Data for this exercise section start

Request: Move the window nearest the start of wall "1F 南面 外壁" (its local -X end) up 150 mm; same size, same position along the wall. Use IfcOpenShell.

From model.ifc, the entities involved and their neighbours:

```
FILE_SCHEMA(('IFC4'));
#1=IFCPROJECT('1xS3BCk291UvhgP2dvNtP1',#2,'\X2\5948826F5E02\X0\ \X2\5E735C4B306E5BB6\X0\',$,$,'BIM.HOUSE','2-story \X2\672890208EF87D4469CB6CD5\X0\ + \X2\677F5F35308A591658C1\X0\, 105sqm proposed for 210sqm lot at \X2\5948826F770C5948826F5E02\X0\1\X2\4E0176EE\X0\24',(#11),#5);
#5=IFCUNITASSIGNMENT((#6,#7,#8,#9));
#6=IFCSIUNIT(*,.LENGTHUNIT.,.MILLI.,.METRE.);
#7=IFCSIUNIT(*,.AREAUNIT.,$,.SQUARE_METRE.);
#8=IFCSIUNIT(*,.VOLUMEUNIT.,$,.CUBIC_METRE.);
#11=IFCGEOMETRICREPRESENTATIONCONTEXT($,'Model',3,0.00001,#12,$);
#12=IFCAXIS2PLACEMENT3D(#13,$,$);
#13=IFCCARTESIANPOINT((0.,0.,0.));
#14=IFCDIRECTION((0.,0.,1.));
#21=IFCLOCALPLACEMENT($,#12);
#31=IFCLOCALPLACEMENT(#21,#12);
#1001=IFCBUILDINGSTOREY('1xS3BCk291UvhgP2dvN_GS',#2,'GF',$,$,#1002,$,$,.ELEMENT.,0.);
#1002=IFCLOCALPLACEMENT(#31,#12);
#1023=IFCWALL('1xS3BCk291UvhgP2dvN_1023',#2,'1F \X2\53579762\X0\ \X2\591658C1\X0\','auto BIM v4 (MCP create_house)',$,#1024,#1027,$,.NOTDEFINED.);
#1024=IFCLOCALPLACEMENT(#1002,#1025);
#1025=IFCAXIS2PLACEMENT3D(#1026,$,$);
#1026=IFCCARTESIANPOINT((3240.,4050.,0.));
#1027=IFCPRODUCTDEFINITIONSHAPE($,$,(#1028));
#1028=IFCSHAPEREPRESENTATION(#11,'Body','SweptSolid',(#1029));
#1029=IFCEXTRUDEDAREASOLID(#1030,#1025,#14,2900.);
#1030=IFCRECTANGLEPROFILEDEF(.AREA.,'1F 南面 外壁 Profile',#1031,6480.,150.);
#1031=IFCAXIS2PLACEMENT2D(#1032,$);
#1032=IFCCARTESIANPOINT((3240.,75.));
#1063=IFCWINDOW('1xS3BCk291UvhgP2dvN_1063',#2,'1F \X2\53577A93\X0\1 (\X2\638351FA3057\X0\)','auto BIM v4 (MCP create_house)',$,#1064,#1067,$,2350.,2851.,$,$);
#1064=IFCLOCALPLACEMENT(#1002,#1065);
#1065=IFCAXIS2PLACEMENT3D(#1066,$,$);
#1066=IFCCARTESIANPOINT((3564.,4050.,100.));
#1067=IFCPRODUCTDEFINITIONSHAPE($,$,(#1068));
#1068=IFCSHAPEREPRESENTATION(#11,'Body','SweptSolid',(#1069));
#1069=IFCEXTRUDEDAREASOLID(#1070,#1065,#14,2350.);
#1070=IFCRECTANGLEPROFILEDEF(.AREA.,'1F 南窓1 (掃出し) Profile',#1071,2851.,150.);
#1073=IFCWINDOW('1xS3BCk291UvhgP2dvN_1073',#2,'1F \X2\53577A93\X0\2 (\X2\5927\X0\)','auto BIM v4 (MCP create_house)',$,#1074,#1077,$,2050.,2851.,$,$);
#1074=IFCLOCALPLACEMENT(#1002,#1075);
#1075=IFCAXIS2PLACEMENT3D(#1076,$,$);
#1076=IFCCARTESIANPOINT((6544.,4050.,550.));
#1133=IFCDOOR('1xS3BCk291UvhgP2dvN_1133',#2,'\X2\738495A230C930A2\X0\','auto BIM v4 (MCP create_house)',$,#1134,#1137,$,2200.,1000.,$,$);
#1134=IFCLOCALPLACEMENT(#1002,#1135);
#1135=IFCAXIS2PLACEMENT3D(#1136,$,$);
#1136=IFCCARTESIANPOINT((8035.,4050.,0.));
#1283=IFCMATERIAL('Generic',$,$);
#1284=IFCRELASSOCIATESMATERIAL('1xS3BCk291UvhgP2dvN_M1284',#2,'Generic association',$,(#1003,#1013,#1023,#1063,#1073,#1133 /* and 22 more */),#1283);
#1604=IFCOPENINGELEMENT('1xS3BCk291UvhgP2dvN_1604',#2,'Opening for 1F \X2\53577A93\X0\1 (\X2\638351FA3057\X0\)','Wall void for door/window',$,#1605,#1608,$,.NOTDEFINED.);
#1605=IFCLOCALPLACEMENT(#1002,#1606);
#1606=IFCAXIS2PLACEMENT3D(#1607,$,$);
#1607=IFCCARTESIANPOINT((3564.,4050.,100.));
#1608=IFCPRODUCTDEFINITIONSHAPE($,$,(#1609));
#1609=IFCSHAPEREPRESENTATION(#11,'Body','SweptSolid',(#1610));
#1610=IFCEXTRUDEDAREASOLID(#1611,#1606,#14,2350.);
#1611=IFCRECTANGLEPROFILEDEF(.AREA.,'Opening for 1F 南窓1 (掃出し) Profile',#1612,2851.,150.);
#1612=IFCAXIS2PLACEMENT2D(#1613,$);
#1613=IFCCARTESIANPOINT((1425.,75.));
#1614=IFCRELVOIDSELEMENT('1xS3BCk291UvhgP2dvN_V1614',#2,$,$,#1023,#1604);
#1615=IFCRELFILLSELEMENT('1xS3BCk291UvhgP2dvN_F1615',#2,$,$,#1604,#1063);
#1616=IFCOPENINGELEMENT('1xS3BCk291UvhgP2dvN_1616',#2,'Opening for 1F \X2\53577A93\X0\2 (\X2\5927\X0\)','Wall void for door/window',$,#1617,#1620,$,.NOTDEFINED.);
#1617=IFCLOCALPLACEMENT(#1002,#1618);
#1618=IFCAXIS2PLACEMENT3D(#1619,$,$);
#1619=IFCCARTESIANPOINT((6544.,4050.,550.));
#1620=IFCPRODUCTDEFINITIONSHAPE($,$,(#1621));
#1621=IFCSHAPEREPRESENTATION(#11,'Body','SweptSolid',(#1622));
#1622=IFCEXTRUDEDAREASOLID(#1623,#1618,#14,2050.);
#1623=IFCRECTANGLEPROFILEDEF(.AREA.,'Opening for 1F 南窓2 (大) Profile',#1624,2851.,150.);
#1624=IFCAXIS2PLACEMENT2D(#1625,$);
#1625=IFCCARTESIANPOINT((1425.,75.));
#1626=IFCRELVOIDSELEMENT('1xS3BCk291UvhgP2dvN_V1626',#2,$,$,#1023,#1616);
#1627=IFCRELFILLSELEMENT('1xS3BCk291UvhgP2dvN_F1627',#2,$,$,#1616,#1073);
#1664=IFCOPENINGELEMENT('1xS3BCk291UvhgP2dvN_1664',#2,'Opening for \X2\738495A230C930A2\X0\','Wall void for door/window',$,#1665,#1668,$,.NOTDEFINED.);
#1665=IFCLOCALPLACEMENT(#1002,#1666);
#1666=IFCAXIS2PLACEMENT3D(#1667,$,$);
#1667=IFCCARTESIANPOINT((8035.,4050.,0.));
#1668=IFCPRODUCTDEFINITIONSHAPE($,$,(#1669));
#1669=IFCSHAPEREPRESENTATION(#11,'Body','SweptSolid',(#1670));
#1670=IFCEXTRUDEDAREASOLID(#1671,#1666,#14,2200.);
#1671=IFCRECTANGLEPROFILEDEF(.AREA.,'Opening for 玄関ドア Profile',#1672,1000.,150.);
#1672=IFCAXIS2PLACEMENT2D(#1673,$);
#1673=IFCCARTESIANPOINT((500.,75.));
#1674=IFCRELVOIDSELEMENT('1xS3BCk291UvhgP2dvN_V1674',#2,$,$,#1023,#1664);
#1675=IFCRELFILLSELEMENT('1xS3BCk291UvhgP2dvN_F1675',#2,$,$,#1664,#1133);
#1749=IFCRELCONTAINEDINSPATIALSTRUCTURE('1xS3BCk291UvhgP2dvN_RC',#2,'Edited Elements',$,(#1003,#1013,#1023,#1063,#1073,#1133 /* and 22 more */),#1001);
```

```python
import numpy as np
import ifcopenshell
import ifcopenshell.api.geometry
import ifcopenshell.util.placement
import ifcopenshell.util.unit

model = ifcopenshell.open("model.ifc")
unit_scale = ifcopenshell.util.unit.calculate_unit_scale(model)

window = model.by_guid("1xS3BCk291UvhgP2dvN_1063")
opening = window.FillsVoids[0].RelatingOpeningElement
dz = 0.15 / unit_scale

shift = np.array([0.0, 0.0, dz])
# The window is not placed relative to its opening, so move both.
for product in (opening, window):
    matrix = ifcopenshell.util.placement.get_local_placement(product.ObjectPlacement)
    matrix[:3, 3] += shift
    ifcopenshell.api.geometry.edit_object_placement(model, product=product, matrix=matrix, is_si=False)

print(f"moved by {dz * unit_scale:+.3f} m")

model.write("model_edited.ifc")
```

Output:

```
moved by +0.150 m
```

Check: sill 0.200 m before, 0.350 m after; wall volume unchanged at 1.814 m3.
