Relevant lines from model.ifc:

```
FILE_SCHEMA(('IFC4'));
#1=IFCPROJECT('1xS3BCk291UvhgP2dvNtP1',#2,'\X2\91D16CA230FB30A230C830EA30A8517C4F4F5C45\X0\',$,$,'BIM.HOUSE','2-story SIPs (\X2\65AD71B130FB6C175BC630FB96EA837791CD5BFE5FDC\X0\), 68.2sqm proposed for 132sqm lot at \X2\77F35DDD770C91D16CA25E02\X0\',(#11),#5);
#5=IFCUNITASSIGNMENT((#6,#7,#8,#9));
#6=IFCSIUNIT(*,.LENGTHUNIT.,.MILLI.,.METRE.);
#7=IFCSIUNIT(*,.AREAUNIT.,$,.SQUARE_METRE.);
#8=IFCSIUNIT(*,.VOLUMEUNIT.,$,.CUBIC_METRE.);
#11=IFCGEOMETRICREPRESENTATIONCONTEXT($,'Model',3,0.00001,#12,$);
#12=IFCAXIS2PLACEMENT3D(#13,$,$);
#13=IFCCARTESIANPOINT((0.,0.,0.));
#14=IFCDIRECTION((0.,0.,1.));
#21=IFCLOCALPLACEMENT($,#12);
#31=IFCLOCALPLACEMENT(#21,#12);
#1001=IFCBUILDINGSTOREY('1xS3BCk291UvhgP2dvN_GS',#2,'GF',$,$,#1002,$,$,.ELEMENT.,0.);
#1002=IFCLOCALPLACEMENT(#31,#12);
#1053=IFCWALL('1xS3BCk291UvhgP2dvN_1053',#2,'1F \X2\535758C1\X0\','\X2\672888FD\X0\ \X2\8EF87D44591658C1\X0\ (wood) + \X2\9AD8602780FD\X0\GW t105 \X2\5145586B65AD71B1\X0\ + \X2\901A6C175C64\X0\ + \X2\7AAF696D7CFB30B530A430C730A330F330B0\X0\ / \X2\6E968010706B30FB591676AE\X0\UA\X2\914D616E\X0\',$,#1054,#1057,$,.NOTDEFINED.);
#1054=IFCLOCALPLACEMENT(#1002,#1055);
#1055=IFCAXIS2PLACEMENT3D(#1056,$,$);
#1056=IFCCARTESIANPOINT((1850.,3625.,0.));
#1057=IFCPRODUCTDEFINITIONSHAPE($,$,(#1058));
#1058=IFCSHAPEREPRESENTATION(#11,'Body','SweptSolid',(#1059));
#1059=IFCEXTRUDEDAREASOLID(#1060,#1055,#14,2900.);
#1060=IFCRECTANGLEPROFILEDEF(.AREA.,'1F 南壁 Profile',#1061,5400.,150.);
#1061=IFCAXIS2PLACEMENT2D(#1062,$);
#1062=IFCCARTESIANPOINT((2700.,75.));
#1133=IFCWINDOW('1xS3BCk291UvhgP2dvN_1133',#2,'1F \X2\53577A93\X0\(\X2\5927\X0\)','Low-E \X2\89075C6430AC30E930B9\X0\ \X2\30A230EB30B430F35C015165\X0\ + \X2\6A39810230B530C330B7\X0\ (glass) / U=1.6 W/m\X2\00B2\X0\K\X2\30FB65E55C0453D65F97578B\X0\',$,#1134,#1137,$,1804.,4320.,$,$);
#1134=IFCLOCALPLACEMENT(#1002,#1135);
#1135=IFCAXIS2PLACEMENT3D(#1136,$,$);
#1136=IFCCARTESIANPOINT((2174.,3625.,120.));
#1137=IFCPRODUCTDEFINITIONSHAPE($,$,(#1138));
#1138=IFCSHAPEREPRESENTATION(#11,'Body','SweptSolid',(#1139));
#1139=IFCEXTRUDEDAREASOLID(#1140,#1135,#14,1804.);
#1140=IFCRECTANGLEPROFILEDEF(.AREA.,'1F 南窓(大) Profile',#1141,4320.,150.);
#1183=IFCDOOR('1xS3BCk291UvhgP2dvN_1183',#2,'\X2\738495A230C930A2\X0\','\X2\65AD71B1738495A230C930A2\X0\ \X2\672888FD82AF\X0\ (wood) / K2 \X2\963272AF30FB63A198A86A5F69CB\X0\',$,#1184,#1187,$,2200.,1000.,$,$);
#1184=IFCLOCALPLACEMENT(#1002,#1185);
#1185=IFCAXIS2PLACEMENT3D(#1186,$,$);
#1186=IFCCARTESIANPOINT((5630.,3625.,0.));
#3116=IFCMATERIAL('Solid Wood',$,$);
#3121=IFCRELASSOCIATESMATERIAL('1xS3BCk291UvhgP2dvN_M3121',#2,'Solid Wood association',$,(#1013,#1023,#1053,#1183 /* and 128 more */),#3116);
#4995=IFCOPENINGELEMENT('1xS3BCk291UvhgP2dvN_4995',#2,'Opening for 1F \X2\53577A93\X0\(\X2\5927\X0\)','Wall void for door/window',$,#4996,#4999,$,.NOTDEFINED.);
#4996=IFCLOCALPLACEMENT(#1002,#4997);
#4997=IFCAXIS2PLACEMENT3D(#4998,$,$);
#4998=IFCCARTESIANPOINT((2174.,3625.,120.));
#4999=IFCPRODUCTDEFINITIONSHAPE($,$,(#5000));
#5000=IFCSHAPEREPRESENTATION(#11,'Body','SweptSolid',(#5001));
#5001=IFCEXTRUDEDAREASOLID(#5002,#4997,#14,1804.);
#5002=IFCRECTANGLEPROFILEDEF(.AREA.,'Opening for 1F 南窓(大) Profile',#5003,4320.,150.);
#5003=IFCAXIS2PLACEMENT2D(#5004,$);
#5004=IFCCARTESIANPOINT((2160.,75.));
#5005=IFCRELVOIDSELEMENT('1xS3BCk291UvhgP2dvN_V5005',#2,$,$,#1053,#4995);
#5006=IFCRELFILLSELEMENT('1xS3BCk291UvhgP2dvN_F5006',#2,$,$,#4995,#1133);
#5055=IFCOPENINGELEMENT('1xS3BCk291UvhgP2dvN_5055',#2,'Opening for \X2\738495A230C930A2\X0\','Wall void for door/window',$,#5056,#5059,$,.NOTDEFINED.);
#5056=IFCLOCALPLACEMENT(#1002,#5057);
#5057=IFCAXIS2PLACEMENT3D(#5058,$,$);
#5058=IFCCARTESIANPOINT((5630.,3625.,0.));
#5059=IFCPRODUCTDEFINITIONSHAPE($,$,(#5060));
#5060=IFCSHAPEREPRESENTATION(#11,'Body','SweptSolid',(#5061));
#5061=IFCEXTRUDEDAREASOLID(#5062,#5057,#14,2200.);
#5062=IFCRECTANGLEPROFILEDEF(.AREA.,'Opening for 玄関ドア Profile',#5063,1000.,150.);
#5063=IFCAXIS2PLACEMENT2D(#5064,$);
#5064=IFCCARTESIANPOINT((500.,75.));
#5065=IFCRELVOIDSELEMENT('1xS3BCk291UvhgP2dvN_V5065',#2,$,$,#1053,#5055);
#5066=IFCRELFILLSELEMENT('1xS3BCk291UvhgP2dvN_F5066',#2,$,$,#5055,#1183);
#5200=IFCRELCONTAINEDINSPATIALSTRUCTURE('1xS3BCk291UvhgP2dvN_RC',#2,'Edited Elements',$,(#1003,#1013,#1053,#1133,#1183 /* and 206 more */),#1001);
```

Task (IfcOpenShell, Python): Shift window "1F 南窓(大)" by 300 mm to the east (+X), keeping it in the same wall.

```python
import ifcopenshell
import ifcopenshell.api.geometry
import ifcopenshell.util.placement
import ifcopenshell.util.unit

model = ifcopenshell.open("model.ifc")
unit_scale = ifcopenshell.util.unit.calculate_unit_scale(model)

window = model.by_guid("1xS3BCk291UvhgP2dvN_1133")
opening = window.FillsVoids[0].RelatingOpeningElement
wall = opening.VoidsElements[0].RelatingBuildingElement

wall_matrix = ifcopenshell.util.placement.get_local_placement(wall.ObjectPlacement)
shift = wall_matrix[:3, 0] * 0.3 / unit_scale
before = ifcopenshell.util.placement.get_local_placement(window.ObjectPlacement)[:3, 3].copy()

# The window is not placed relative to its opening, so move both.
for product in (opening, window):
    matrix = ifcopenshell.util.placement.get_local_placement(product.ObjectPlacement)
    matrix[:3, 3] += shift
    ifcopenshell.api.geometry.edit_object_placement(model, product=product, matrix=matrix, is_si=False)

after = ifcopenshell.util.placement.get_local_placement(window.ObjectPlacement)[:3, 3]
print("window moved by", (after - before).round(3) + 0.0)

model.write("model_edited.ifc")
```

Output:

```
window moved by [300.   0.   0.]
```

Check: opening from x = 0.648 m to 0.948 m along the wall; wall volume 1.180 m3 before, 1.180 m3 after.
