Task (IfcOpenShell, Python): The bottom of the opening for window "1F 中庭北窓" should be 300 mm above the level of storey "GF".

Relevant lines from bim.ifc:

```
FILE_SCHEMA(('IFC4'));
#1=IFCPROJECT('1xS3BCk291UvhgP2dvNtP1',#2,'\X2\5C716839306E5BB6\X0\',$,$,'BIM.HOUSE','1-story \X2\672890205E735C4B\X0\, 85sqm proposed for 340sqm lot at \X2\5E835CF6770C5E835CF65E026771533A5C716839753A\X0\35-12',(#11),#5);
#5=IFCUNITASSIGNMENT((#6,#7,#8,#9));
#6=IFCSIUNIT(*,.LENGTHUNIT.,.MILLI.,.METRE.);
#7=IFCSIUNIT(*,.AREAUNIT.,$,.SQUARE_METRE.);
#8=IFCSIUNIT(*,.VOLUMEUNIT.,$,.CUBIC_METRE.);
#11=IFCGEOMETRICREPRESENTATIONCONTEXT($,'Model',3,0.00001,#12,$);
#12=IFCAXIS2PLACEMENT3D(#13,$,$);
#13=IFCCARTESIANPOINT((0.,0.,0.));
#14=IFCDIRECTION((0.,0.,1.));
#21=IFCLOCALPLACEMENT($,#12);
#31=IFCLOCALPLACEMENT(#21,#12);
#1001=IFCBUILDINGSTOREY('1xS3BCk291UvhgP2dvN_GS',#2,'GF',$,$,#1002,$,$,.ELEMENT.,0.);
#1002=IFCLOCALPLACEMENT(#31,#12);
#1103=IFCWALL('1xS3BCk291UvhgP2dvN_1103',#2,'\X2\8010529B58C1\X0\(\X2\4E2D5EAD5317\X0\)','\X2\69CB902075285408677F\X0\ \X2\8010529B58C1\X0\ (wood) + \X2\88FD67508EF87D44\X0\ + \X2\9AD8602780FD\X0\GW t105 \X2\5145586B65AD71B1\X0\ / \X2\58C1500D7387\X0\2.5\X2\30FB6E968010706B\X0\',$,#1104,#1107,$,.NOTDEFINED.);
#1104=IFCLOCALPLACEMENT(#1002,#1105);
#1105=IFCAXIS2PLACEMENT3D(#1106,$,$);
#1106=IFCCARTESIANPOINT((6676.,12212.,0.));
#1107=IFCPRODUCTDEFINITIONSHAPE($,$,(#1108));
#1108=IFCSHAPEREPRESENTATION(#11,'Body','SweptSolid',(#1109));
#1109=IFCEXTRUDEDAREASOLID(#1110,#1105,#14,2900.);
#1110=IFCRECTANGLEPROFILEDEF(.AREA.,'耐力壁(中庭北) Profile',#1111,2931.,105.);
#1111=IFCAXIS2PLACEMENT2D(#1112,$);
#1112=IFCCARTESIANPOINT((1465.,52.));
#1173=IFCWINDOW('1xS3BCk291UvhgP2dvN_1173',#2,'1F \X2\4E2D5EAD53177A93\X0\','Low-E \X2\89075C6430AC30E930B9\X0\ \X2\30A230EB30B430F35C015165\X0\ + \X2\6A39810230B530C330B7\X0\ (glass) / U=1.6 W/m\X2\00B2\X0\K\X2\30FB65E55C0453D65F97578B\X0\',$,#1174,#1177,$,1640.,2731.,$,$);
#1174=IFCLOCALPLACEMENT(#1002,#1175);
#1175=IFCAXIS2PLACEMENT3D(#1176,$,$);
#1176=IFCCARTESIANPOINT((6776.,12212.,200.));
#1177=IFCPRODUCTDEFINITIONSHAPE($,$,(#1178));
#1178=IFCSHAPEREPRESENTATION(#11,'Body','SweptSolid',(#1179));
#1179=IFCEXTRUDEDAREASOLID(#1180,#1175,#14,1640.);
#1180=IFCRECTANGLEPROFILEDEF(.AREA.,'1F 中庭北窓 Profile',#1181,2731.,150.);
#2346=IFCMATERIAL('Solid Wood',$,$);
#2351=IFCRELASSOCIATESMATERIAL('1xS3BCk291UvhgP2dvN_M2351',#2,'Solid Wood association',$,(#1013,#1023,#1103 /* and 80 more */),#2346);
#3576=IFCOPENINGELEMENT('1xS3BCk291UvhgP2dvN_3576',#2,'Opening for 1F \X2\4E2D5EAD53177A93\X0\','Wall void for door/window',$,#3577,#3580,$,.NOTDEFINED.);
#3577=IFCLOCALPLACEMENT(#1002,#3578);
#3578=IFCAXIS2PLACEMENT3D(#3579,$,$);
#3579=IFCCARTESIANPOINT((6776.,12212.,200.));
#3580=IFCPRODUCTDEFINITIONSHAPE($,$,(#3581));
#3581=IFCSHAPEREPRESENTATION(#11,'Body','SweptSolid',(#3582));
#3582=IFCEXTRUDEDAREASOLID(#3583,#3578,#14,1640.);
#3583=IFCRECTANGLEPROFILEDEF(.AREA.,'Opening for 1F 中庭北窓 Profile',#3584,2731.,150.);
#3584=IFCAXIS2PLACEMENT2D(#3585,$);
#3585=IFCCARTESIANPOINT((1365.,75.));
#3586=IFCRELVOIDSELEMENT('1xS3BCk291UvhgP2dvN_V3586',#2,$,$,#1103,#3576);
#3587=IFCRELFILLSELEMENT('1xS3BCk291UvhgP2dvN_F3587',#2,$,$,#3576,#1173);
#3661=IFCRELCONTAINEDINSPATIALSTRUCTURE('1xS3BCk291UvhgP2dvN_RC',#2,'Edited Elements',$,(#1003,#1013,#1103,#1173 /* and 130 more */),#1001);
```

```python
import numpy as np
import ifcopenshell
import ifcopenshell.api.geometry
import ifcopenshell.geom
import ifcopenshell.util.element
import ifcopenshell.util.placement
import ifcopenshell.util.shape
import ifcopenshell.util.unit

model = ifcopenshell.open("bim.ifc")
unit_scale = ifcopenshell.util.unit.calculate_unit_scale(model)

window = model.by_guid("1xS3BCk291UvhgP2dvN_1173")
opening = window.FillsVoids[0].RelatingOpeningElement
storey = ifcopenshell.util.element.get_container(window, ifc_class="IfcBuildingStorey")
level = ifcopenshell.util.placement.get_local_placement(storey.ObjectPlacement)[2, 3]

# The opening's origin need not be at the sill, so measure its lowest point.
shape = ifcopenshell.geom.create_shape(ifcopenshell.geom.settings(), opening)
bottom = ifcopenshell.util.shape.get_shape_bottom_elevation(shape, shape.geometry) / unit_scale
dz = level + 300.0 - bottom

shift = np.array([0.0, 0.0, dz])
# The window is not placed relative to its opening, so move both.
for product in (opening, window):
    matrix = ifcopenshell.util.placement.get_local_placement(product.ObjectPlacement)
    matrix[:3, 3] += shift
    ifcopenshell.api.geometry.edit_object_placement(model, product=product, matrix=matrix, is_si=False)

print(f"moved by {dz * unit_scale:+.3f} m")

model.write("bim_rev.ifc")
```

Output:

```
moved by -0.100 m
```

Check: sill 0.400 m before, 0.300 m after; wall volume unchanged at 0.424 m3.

Data for this exercise section end

Check each line of the listing above for the string "proposed" and return those that contain it.

### Problem solution
#1=IFCPROJECT('1xS3BCk291UvhgP2dvNtP1',#2,'\X2\5948826F5E02\X0\ \X2\5E735C4B306E5BB6\X0\',$,$,'BIM.HOUSE','2-story \X2\672890208EF87D4469CB6CD5\X0\ + \X2\677F5F35308A591658C1\X0\, 105sqm proposed for 210sqm lot at \X2\5948826F770C5948826F5E02\X0\1\X2\4E0176EE\X0\24',(#11),#5);
#1=IFCPROJECT('1xS3BCk291UvhgP2dvNtP1',#2,'\X2\91D16CA230FB30A230C830EA30A8517C4F4F5C45\X0\',$,$,'BIM.HOUSE','2-story SIPs (\X2\65AD71B130FB6C175BC630FB96EA837791CD5BFE5FDC\X0\), 68.2sqm proposed for 132sqm lot at \X2\77F35DDD770C91D16CA25E02\X0\',(#11),#5);
#1=IFCPROJECT('1xS3BCk291UvhgP2dvNtP1',#2,'\X2\5C716839306E5BB6\X0\',$,$,'BIM.HOUSE','1-story \X2\672890205E735C4B\X0\, 85sqm proposed for 340sqm lot at \X2\5E835CF6770C5E835CF65E026771533A5C716839753A\X0\35-12',(#11),#5);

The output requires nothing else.